Amanda's Advice
The "C" - Word - Commitment
Dear Amanda,
My boyfriend's sister just told me that she has a crush on my older brother and I'm a bit worried about how things are going to develop. I really like her and I love my brother, but I know what he's like when it comes to girls: he has no desire to commit to anyone at the moment.
She, on the other hand, is looking for a long-term relationship and feels that she can change his mind about the commitment thing. The trouble Is, my boyfriend is very protective of his sister and I can't stand to hear my brother criticised, so I can see arguments developing between the two of us as a result of their relationship (or lack thereof).

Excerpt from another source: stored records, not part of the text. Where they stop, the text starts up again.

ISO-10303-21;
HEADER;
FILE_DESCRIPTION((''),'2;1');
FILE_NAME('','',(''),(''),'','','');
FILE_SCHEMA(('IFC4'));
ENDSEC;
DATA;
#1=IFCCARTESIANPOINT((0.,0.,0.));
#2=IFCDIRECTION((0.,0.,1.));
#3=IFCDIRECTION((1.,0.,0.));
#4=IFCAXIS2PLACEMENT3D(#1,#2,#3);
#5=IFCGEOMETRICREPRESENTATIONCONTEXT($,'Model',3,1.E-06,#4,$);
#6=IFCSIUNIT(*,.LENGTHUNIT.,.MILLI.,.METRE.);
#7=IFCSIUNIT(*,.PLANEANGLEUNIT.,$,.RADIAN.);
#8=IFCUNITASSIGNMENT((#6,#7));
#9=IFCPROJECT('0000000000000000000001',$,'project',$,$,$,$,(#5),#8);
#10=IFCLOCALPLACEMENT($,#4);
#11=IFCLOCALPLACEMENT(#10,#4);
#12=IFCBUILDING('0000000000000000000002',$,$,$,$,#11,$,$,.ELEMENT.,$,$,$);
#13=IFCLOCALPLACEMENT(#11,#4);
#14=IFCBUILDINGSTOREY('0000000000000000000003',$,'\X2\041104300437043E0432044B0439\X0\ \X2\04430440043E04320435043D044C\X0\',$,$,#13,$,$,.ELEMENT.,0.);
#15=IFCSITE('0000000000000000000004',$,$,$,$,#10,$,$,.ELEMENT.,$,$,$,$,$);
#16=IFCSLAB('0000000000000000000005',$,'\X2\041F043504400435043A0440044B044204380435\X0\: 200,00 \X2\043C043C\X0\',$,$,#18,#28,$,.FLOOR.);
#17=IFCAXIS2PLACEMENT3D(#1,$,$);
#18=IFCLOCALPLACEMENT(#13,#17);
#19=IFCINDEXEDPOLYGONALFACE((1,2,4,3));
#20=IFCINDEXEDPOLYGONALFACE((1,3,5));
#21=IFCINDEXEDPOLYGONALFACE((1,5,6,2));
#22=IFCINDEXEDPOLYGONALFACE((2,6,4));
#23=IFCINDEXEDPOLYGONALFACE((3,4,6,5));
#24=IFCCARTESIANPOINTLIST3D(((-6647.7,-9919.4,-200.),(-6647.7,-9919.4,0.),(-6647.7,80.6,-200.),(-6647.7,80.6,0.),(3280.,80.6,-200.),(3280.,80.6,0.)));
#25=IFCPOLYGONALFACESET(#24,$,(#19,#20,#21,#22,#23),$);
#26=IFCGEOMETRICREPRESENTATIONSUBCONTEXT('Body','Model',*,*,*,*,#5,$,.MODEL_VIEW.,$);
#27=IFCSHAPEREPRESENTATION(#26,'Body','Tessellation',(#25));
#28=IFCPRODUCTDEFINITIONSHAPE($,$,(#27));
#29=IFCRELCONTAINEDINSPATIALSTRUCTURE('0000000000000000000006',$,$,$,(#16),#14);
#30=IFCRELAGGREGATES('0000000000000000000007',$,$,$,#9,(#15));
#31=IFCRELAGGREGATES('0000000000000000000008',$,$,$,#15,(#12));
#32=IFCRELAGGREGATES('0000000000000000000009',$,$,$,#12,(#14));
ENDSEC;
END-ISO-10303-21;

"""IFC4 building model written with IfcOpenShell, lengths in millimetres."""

from ifc_helpers import new_model, si_unit, frame, origin_with_axes, place, context, subcontext, project, spatial, line, indexed_curve, outline, extrude, source, transform, mapped, element, save


model = new_model("IFC4")

# Units and contexts
model_context = context("Model", 3, precision=1e-06, world=origin_with_axes())
body_context = subcontext(model_context, "Body", "Model", "MODEL_VIEW")
ifc_project = project(units=[si_unit("LENGTHUNIT", "METRE", prefix="MILLI"), si_unit("PLANEANGLEUNIT", "RADIAN")], contexts=[model_context])

# Site, building, storey
site_placement = place(None, origin_with_axes())
site = spatial("IfcSite", under=ifc_project, at=site_placement, CompositionType="ELEMENT")
building_placement = place(site_placement, origin_with_axes())
building = spatial("IfcBuilding", under=site, at=building_placement, CompositionType="ELEMENT")
storey_placement = place(building_placement, origin_with_axes())
storey = spatial("IfcBuildingStorey", under=building, at=storey_placement, Name="Базовый уровень", CompositionType="ELEMENT", Elevation=0.0)

# Slab
shared_shape = source(origin_with_axes(), body_context, "Body", "SweptSolid", [
    extrude(outline(indexed_curve([(0.0, 0.0), (10000.0, 0.0), (10000.0, -9927.7)], segments=[line(1, 2), line(2, 3), line(3, 1)])), origin_with_axes(), (0.0, 0.0, 1.0), 200.0),
])
slab_placement = place(storey_placement, frame((-6647.7, -9919.4, -200.0), z_axis=(0.0, 0.0, 1.0), x_axis=(0.0, 1.0, 0.0)))
element("IfcSlab", 1, at=slab_placement, inside=storey, Name="Перекрытие: 200,00 мм", PredefinedType="FLOOR", context=body_context, shape_type="MappedRepresentation", body=[
    mapped(shared_shape, transform((0.0, 0.0, 0.0), x_axis=(1.0, 0.0, 0.0), y_axis=(0.0, 1.0, 0.0), z_axis=(0.0, 0.0, 1.0), scale=1.0)),
])

save(model, "model.ifc")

What should I do if it all blows up?
- Hayley
Mt. Pleasant
Dear Hayley,
This really is their problem, not yours. As a friend, you have already pointed out your concerns about your brother's willingness to commit. As a sister, you have no role to play in advising your brother on how to behave. As a girlfriend, you have the right to be treated with respect and be distinguished in your boyfriend's eyes from your brother. He has to understand that you cannot be held responsible for your brother's behaviour even though you choose not to engage in slanging matches about him
If ever the discussion about your brother and his sister comes up, you have to be prepared to be uninvolved and say, "I love my brother and I cannot bear it that you criticise him to me, so can we please drop it." If his sister is hurt, there is no reason why you cannot comfort her, as you would any friend, and even hear her comments about your brother. The key will be to refrain from "I told you so!
Basically, it has to be up to them or not to make their own choices, make their own mistakes - or not.